5 Graham Kitchener (Leicester)
Maro Itoje of Saracens is the second-row sensation of the moment, while his clubmate George Kruis was the talk of the boilerhouse brigade before Christmas. Kitchener has spent the season in their shadow, but when things were going pear-shaped at Welford Road, it was he who stood tallest, fighting the good fight in the loose while doing his duty as the Premiership’s most effective line-out performer. If his country does not need him, his club cannot do without him.
6 Dave Ewers (Exeter)
Iain Duncan Smith once warned his party not to “underestimate the determination of a quiet man”, only to find vast multitudes of folk doing just that. If Ewers has yet to be heard voicing similar sentiments, it is because he never feels the need.
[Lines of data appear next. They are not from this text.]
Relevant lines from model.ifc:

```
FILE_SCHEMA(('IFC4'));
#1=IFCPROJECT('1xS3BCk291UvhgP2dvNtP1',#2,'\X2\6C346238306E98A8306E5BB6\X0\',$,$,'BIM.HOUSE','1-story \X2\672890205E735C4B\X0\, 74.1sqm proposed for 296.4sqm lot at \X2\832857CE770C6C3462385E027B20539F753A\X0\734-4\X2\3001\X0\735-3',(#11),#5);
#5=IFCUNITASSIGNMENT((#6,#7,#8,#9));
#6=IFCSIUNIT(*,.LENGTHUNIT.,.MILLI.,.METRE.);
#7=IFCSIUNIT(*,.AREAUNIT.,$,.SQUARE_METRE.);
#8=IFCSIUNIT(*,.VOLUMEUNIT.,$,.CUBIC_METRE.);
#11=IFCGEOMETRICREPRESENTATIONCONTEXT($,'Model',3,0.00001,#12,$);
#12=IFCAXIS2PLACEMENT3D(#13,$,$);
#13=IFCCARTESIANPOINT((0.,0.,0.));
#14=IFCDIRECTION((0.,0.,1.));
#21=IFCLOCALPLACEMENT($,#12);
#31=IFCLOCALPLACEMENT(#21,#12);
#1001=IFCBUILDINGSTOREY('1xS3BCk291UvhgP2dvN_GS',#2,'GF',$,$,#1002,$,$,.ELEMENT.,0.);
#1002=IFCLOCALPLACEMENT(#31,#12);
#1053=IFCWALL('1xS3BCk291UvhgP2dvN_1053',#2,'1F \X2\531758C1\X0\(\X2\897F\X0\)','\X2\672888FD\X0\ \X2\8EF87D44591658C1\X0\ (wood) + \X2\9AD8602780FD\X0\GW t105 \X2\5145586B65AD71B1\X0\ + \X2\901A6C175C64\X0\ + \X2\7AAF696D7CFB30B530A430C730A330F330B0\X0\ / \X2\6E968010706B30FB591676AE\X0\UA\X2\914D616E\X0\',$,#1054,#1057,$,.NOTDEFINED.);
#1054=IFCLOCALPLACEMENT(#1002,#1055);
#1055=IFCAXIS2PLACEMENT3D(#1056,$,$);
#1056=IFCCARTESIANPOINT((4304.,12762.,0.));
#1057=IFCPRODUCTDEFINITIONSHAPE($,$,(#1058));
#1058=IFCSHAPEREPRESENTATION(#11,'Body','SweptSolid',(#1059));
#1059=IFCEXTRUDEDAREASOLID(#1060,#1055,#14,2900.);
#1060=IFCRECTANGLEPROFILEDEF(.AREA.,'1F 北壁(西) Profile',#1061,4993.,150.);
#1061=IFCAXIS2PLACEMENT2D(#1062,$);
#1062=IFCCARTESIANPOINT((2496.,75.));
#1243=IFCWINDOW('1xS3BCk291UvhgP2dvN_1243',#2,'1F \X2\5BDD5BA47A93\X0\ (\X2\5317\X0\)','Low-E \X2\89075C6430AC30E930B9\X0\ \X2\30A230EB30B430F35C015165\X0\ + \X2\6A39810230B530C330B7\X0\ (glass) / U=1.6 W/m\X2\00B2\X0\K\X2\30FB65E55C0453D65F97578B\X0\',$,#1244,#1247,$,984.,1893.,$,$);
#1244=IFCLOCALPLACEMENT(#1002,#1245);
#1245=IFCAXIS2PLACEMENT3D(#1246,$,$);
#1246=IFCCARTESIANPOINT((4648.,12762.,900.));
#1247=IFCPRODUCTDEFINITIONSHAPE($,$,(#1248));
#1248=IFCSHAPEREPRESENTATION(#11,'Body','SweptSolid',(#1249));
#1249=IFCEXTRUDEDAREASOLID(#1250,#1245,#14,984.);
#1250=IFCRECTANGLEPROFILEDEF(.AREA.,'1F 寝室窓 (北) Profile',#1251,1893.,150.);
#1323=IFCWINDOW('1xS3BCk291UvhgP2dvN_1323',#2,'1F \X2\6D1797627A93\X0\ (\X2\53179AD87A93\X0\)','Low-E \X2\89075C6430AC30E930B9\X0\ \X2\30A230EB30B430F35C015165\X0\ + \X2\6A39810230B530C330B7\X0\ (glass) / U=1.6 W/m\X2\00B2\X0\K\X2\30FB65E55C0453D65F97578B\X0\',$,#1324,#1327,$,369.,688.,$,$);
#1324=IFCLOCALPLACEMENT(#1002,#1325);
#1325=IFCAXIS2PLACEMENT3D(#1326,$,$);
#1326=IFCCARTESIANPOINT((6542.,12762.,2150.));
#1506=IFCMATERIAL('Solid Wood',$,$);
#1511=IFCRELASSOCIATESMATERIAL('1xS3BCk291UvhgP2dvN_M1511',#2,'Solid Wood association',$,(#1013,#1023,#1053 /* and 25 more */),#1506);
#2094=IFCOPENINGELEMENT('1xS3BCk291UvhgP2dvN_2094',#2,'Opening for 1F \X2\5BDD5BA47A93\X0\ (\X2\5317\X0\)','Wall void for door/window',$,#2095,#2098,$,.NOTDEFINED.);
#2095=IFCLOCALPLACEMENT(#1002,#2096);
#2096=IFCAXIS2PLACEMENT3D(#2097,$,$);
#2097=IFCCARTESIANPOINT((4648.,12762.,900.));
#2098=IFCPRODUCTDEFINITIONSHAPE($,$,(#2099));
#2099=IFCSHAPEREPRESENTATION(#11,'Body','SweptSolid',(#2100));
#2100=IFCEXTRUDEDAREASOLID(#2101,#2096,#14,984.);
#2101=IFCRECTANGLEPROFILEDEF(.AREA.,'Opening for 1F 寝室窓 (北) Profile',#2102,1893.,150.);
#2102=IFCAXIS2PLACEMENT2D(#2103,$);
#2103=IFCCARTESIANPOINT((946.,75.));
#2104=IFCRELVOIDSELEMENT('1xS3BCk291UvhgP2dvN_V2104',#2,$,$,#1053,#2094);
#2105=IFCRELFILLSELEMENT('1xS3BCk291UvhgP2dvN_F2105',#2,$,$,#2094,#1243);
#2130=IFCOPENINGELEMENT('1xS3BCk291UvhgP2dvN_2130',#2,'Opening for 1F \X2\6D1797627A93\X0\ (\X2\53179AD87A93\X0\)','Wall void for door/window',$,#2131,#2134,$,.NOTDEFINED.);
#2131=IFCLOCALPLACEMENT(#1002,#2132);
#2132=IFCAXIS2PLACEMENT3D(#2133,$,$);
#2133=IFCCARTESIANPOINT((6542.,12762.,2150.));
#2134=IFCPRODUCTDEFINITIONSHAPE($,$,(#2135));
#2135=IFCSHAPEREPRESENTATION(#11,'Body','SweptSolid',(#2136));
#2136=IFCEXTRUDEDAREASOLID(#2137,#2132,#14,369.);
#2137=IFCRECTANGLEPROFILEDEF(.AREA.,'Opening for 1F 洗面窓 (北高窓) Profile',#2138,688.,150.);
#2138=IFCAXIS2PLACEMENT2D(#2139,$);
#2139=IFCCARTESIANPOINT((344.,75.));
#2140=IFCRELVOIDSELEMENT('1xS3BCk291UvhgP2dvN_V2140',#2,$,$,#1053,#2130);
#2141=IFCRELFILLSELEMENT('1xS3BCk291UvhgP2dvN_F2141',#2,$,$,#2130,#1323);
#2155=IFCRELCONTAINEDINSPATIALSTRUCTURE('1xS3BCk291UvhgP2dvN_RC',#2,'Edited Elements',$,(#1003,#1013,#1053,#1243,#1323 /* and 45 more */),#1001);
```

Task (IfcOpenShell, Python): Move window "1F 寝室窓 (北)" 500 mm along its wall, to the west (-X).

```python
import ifcopenshell
import ifcopenshell.api.geometry
import ifcopenshell.util.placement

model = ifcopenshell.open("model.ifc")

window = model.by_guid("1xS3BCk291UvhgP2dvN_1243")
opening = window.FillsVoids[0].RelatingOpeningElement
wall = opening.VoidsElements[0].RelatingBuildingElement

wall_matrix = ifcopenshell.util.placement.get_local_placement(wall.ObjectPlacement)
shift = wall_matrix[:3, 0] * -500.0
before = ifcopenshell.util.placement.get_local_placement(window.ObjectPlacement)[:3, 3].copy()

# The window is not placed relative to its opening, so move both.
for product in (opening, window):
    matrix = ifcopenshell.util.placement.get_local_placement(product.ObjectPlacement)
    matrix[:3, 3] += shift
    ifcopenshell.api.geometry.edit_object_placement(model, product=product, matrix=matrix, is_si=False)

after = ifcopenshell.util.placement.get_local_placement(window.ObjectPlacement)[:3, 3]
print("window moved by", (after - before).round(3) + 0.0)

model.write("model_edited.ifc")
```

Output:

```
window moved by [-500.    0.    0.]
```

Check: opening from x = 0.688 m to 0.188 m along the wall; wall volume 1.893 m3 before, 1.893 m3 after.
The Zimbabwean-born flanker communicates through action – a punishingly relentless, self-sacrificial brand of aggressive rugby that has made him one of the top performing forwards in the league.
7 Matt Kvesic (Gloucester)
All the talk about Steffon Armitage – you’d be forgiven for wondering whether the spherical exile is the only rugby player on the face of earth – has been hard on Kvesic, who has quite enough on his plate trying to unseat the England captain Chris Robshaw as the red-rose No 7. Yet there has been no more effective scavenging groundhog in the domestic game and it would be nice to think that one day he will be properly rewarded. The fittest player around? Quite possibly.
8 Nathan Hughes (Wasps)
You want numbers? Have some numbers. The Fijian has 24 turnovers to his name (more than any player in the country); beaten 71 defenders (more than anyone except the spellbinding Sinoti Sinoti); completed 37 offloads (second only to Nick Easter of Harlequins); made 238 carries (second only to Thomas Waldrom of Exeter) and 1,099 metres (a top-seven figure, including backs); and contributed 19 open-field breaks (better than any forward in the country). Probably worth a place, all things considered.